昭和17年3月1日。インドネシア沖海戦にて同日一三一〇(午後一時三〇分)。日本海軍駆逐艦「雷」は英国海軍重巡洋艦「エクゼター」に対し101発の連続猛射を仕掛ける。巨大な水柱が上がる。エクゼターは機関室、及び、缶室に被弾。「雷」の艦内放送では「沈みゆく敵艦に敬礼」の声が響く。エクゼターは艦尾から静かに沈んでいく。

その少し前、エクゼターの艦内では士官が兵士に告げていた(当事者の証言)。

「万が一のときは日本艦のほうに泳げ。

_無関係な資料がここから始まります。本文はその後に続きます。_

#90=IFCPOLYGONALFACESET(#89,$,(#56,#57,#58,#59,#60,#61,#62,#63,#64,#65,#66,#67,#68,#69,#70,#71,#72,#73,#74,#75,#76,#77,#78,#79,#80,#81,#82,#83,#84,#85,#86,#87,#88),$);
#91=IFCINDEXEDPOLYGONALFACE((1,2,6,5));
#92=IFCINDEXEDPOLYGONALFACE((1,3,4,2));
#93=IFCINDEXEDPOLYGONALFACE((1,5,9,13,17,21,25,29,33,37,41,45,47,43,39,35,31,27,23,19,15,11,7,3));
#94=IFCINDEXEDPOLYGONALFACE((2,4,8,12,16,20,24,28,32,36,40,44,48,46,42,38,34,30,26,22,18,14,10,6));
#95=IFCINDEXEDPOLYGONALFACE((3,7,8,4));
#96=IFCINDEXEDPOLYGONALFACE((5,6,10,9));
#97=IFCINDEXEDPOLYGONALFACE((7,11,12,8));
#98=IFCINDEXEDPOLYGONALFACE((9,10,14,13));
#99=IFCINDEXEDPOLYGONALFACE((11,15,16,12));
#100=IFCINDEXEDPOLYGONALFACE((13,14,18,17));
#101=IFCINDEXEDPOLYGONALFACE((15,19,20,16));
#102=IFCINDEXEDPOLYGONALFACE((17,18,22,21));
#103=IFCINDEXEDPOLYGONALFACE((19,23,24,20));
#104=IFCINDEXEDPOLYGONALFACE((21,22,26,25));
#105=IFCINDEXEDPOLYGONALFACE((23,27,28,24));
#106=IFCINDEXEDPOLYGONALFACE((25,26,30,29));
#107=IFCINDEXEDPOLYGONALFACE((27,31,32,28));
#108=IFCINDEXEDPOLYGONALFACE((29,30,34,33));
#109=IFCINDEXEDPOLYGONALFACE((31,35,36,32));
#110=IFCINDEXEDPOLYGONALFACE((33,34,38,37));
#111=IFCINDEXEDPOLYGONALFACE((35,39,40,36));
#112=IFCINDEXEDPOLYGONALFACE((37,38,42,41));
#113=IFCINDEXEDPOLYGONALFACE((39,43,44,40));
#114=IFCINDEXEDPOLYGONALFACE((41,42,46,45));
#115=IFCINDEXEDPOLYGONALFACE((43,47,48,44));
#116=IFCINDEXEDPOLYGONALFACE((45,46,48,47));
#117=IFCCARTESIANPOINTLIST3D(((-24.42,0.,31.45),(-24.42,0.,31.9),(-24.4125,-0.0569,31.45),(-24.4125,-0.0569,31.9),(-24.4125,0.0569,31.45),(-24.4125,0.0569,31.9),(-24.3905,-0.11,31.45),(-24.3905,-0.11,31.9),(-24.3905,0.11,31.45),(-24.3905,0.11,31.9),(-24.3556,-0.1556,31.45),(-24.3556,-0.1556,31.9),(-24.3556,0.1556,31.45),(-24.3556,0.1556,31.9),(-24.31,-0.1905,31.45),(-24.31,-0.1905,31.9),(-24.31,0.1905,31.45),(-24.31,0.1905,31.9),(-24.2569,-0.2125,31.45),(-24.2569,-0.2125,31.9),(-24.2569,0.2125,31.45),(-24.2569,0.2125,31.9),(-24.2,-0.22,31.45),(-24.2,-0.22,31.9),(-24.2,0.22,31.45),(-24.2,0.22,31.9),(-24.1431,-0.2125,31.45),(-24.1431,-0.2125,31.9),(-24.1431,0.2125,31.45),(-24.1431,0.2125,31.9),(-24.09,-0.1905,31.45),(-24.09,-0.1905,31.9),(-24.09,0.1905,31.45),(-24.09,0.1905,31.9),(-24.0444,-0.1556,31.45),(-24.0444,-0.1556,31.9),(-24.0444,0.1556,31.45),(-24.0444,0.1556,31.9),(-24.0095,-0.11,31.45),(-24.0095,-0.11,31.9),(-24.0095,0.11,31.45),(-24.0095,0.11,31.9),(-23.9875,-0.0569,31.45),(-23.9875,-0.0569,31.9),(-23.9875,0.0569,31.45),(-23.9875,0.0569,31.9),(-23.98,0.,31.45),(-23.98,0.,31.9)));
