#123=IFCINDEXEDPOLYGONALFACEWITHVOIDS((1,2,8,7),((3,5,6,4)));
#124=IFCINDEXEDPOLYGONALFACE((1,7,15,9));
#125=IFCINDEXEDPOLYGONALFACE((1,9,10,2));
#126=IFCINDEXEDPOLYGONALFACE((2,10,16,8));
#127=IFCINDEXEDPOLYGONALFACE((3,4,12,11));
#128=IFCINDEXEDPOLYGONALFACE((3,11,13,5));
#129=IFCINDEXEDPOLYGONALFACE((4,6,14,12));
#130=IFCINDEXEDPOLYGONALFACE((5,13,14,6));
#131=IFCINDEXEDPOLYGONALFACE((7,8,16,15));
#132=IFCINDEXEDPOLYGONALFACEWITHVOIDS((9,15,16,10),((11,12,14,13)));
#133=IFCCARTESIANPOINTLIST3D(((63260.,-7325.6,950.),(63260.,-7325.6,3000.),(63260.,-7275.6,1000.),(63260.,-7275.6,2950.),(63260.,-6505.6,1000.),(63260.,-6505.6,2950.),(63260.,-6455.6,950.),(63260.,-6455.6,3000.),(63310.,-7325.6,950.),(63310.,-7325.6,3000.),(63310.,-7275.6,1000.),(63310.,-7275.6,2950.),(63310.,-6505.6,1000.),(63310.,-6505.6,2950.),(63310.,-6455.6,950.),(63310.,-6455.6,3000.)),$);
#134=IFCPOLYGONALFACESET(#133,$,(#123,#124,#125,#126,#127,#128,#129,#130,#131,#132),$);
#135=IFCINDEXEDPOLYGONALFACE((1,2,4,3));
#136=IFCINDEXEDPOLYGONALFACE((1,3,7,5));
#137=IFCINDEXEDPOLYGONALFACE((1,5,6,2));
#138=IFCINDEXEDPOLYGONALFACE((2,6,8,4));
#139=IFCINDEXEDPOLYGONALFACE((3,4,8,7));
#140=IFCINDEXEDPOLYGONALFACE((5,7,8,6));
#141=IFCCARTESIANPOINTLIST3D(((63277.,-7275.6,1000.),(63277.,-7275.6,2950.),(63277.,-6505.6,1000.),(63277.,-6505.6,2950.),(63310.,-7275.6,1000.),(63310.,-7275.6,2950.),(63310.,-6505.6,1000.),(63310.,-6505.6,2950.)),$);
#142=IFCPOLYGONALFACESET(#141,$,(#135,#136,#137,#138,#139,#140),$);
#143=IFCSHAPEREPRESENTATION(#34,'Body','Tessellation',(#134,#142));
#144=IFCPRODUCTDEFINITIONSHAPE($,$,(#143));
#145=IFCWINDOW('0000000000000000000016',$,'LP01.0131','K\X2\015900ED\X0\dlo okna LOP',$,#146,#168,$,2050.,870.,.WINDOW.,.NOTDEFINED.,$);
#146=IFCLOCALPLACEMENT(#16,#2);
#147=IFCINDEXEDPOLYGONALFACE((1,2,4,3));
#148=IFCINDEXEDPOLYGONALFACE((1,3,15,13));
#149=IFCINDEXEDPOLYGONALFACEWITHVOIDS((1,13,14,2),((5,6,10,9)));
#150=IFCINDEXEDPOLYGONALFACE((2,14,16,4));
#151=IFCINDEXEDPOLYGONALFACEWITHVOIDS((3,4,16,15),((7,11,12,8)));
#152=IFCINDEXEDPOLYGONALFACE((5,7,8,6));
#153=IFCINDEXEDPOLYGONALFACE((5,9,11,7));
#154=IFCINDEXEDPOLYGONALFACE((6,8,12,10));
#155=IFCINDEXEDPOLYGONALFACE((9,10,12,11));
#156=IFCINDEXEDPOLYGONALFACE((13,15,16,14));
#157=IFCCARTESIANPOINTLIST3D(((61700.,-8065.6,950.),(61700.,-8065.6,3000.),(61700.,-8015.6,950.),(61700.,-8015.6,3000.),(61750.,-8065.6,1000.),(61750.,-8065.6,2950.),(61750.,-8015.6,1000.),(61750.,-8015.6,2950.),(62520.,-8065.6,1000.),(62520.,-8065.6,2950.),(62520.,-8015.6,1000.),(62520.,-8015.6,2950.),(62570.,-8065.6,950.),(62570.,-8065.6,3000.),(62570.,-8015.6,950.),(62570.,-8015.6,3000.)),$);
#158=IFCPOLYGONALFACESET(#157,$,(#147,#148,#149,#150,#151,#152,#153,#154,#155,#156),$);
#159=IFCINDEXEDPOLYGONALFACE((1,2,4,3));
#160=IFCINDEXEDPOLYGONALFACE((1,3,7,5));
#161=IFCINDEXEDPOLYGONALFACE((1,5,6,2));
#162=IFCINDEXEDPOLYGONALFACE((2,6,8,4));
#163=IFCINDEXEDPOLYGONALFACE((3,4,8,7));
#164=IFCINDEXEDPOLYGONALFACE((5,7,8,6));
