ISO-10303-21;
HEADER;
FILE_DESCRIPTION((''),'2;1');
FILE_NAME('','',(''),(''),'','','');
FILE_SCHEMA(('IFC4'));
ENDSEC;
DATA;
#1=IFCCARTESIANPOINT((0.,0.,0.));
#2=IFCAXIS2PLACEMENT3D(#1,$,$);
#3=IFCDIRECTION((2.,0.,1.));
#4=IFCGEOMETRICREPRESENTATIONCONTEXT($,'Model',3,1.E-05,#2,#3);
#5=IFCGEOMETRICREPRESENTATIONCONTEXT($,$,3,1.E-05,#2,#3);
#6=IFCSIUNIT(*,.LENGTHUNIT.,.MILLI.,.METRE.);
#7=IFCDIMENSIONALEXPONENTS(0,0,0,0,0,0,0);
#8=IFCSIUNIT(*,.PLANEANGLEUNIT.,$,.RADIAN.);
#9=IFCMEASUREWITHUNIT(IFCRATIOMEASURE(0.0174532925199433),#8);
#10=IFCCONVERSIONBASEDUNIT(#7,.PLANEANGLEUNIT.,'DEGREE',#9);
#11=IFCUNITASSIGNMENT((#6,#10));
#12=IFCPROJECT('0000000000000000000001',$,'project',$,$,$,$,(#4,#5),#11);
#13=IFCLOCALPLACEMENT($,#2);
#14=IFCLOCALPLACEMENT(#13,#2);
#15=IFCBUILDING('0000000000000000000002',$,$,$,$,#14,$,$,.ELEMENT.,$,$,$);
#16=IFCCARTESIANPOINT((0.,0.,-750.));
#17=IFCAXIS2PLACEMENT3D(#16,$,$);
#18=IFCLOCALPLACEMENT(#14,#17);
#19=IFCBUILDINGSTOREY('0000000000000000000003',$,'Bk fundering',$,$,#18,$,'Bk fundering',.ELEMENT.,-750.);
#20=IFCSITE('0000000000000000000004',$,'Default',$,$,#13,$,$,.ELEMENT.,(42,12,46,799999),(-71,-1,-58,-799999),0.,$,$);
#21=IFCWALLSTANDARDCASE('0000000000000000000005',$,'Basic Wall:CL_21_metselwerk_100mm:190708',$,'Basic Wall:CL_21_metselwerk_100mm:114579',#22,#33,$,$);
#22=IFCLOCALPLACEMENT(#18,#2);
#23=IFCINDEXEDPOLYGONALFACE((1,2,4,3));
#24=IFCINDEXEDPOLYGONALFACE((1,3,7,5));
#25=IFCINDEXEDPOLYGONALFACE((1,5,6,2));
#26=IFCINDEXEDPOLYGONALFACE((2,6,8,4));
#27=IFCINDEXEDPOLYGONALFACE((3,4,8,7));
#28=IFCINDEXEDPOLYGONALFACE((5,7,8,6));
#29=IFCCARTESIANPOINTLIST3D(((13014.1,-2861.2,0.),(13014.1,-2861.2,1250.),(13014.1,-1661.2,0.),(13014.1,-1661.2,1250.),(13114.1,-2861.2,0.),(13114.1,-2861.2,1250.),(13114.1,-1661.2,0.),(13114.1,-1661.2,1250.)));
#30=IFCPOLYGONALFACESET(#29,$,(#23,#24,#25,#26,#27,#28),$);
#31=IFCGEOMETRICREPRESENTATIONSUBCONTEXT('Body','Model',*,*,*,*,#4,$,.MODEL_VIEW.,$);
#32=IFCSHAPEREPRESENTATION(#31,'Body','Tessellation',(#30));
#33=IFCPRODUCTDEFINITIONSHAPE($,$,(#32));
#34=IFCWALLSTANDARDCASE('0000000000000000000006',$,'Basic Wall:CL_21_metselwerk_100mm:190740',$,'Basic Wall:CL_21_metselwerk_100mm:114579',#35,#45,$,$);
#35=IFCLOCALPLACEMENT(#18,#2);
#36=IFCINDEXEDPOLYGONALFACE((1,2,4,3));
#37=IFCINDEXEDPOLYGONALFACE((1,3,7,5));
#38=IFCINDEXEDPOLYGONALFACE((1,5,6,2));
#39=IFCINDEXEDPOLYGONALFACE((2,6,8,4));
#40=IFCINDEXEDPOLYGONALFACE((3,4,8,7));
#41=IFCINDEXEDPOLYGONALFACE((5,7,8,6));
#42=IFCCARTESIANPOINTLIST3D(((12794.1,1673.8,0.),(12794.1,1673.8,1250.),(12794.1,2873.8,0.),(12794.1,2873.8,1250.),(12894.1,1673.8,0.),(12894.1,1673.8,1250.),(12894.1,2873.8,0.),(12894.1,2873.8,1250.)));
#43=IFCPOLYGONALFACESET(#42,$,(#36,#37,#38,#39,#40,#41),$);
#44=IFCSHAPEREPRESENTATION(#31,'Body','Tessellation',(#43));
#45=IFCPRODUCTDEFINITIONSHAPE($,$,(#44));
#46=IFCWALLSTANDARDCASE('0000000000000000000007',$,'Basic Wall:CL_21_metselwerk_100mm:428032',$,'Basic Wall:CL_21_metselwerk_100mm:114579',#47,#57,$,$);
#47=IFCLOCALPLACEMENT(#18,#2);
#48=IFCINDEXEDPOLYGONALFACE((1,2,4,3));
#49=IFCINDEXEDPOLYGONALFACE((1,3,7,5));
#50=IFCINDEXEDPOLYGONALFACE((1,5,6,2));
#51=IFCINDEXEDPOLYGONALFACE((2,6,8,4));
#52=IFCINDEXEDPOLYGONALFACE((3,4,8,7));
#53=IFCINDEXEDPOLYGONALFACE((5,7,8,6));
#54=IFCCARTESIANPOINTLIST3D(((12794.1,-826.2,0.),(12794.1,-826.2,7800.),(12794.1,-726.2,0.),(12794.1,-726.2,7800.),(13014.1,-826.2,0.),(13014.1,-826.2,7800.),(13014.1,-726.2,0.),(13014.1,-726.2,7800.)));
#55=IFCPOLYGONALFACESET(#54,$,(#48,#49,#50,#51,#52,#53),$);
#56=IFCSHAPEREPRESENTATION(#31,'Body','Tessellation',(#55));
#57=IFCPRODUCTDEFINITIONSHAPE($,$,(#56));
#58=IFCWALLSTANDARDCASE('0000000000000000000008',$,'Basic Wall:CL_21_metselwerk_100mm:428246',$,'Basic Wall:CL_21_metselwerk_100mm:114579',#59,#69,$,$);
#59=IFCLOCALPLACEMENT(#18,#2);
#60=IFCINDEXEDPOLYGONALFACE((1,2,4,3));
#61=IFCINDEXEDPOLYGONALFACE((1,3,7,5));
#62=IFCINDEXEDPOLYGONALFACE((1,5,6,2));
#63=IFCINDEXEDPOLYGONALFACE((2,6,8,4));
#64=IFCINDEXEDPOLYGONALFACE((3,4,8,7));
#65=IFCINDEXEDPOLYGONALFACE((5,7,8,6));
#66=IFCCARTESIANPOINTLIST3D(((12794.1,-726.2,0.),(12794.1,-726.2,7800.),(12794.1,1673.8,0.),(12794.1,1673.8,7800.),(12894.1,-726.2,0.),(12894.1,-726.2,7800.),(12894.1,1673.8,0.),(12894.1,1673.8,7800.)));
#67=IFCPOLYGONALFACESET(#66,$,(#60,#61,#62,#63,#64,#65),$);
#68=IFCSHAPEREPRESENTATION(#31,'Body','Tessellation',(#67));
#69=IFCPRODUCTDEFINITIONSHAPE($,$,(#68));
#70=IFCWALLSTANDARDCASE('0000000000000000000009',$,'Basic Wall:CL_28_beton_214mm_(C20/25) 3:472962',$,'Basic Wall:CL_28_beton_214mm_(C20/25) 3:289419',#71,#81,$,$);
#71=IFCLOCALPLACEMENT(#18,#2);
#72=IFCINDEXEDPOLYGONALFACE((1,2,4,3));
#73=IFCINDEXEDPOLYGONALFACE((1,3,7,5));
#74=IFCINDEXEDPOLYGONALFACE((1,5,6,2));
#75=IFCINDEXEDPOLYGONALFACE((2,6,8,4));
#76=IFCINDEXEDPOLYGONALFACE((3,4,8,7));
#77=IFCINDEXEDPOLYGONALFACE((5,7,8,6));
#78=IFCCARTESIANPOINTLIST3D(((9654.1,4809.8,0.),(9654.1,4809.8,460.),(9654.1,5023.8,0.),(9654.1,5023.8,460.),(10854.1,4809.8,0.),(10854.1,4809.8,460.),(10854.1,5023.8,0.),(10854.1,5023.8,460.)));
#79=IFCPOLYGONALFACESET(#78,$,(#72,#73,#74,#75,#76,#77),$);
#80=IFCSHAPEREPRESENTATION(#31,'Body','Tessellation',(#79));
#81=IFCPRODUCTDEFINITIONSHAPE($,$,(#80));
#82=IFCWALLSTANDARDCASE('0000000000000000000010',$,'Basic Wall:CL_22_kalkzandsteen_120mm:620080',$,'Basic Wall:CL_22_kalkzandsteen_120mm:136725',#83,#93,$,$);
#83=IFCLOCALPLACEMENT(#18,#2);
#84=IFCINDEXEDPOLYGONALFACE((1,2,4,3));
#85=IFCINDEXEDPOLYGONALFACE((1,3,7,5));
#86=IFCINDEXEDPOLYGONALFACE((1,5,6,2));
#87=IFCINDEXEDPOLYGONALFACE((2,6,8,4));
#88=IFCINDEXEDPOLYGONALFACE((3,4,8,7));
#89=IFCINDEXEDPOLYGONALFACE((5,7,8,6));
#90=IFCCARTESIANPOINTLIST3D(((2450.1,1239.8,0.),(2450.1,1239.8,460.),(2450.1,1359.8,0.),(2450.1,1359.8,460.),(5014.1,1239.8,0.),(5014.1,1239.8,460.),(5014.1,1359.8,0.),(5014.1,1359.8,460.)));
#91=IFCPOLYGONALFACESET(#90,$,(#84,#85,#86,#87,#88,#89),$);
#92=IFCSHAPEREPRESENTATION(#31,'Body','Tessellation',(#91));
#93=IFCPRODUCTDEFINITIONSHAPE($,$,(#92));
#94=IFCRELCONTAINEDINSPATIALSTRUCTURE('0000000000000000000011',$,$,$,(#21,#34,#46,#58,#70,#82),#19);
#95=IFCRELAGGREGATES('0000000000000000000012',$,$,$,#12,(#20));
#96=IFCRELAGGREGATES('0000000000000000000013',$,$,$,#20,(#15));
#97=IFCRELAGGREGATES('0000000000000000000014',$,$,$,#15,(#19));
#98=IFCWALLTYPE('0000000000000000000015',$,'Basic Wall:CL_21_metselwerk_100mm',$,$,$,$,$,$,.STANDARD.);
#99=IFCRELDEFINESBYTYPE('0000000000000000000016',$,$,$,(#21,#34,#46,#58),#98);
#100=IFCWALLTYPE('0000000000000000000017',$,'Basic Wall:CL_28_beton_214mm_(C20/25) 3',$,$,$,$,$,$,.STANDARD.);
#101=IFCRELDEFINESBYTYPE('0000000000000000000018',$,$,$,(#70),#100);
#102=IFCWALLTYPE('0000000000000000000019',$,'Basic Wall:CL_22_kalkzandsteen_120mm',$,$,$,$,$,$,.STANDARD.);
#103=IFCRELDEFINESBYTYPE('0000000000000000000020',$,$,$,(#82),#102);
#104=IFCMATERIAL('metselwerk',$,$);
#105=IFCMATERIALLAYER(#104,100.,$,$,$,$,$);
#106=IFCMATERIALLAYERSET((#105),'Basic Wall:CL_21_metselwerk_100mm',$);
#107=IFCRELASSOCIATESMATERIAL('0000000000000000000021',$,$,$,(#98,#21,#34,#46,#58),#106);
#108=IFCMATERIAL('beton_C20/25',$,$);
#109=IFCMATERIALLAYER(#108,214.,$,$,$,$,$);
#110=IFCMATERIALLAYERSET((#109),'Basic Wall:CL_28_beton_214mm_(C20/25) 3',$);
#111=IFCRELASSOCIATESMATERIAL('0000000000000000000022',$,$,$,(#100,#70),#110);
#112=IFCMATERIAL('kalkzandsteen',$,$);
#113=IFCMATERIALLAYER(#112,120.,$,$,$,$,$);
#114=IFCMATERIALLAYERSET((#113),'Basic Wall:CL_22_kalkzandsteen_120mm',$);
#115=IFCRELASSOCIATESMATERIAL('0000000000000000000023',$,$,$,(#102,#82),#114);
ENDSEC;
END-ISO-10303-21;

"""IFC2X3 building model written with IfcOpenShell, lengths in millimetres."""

from ifc_helpers import new_model, entity, si_unit, converted_unit, direction, frame, frame_2d, origin, place, context, subcontext, project, spatial, polyline, rectangle, extrude, clip, bounded_halfspace, material, layer, layer_set, layer_usage, type_object, element, save


model = new_model("IFC2X3")

# Units and contexts
model_context = context("Model", 3, precision=1e-05, world=origin(), true_north=direction((2.0, 0.0, 1.0)))
context_of_model = context(None, 3, precision=1e-05, world=origin(), true_north=direction((2.0, 0.0, 1.0)))
body_context = subcontext(model_context, "Body", "Model", "MODEL_VIEW")
ifc_project = project(units=[si_unit("LENGTHUNIT", "METRE", prefix="MILLI"), converted_unit("PLANEANGLEUNIT", "DEGREE", entity("IfcRatioMeasure", 0.0174532925199433), si_unit("PLANEANGLEUNIT", "RADIAN"), dimensions=[0, 0, 0, 0, 0, 0, 0])], contexts=[model_context, context_of_model])

# Site, building, storey
site_placement = place(None, origin())
site = spatial("IfcSite", under=ifc_project, at=site_placement, Name="Default", CompositionType="ELEMENT", RefLatitude=(42, 12, 46, 799999), RefLongitude=(-71, -1, -58, -799999), RefElevation=0.0)
building_placement = place(site_placement, origin())
building = spatial("IfcBuilding", under=site, at=building_placement, CompositionType="ELEMENT")
storey_placement = place(building_placement, frame((0.0, 0.0, -750.0)))
storey = spatial("IfcBuildingStorey", under=building, at=storey_placement, Name="Bk fundering", LongName="Bk fundering", CompositionType="ELEMENT", Elevation=-750.0)

# Shared definitions
ifc_material_1 = material(Name="kalkzandsteen")

# Walls
ifc_material_2 = material(Name="beton_C20/25")
ifc_material_3 = material(Name="metselwerk")
ifc_layer_1 = layer(ifc_material_3, 100.0)
ifc_layer_set_1 = layer_set([ifc_layer_1], Name="Basic Wall:CL_21_metselwerk_100mm")
wall_type_1 = type_object("IfcWallType", Name="Basic Wall:CL_21_metselwerk_100mm", PredefinedType="STANDARD", material=ifc_layer_set_1)
ifc_layer_usage_1 = layer_usage(ifc_layer_set_1, "AXIS2", "NEGATIVE", 50.0)
wall_1_placement = place(storey_placement, frame((13064.1, -2861.2, 0.0), z_axis=(0.0, 0.0, 1.0), x_axis=(0.0, 1.0, 0.0)))
element("IfcWallStandardCase", 1, at=wall_1_placement, inside=storey, type_object=wall_type_1, material=ifc_layer_usage_1, Name="Basic Wall:CL_21_metselwerk_100mm:190708", ObjectType="Basic Wall:CL_21_metselwerk_100mm:114579", context=body_context, shape_type="SweptSolid", body=[
    extrude(rectangle(XDim=1200.0, YDim=100.0, at=frame_2d((600.0, 0.0), x_axis=(-1.0, 0.0))), origin(), (0.0, 0.0, 1.0), 1250.0),
])
ifc_layer_usage_2 = layer_usage(ifc_layer_set_1, "AXIS2", "NEGATIVE", 50.0)
wall_2_placement = place(storey_placement, frame((12844.1, 1673.8, 0.0), z_axis=(0.0, 0.0, 1.0), x_axis=(0.0, 1.0, 0.0)))
element("IfcWallStandardCase", 2, at=wall_2_placement, inside=storey, type_object=wall_type_1, material=ifc_layer_usage_2, Name="Basic Wall:CL_21_metselwerk_100mm:190740", ObjectType="Basic Wall:CL_21_metselwerk_100mm:114579", context=body_context, shape_type="SweptSolid", body=[
    extrude(rectangle(XDim=1200.0, YDim=100.0, at=frame_2d((600.0, 0.0), x_axis=(-1.0, 0.0))), origin(), (0.0, 0.0, 1.0), 1250.0),
])
ifc_layer_usage_3 = layer_usage(ifc_layer_set_1, "AXIS2", "NEGATIVE", 50.0)
wall_3_placement = place(storey_placement, frame((13014.1, -776.2, 0.0), z_axis=(0.0, 0.0, 1.0), x_axis=(-1.0, 0.0, 0.0)))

必ず救助してくれる」

「雷」はそのまま、単艦で英国の駆逐艦「エンカウンター」や米国駆逐艦「ポープ」と一戦交えるはずだったが、続いて艦内に響いた命令は「海上ニ浮遊スル敵兵ヲ救助スベシ」だった。英国海軍士官だったグレム・アレン氏やピーター・アンソン氏は、救助のために迫ってくる「雷」のマルチ機銃が目に入った。「機銃掃射がくる・・・」と覚悟を決める。それが普通のことだった。しかし、甲板に上がった英国兵には機銃掃射の代わりにミルクと乾パンが振舞われた。「雷」は午後5時まで必死の救助活動を行い、捕虜としてパンジェルマシンに届けた。拷問でもされるのかと怯えていたら、そのままオランダの病院船に乗せてくれた。

同日の午後2時には「エンカウンター」も沈没していた。海に放り出されたのは戦後、日本にも来て「日英友好に役立ちたい」と言った元英国海軍士官サミュエル・フォール氏など400名以上の英国兵士だった(救助されたのは422名)。エクゼターのときは沈没後、すぐに救助されているから重油に塗れることもなかったが、このときは夜が明けてしまうわけだ。ほとんどの兵士は重油により目が見えなくなっていた。食料もなく飲料水もなく、浮船に数名単位で掴まりながら、海面から首だけ出して絶望していた。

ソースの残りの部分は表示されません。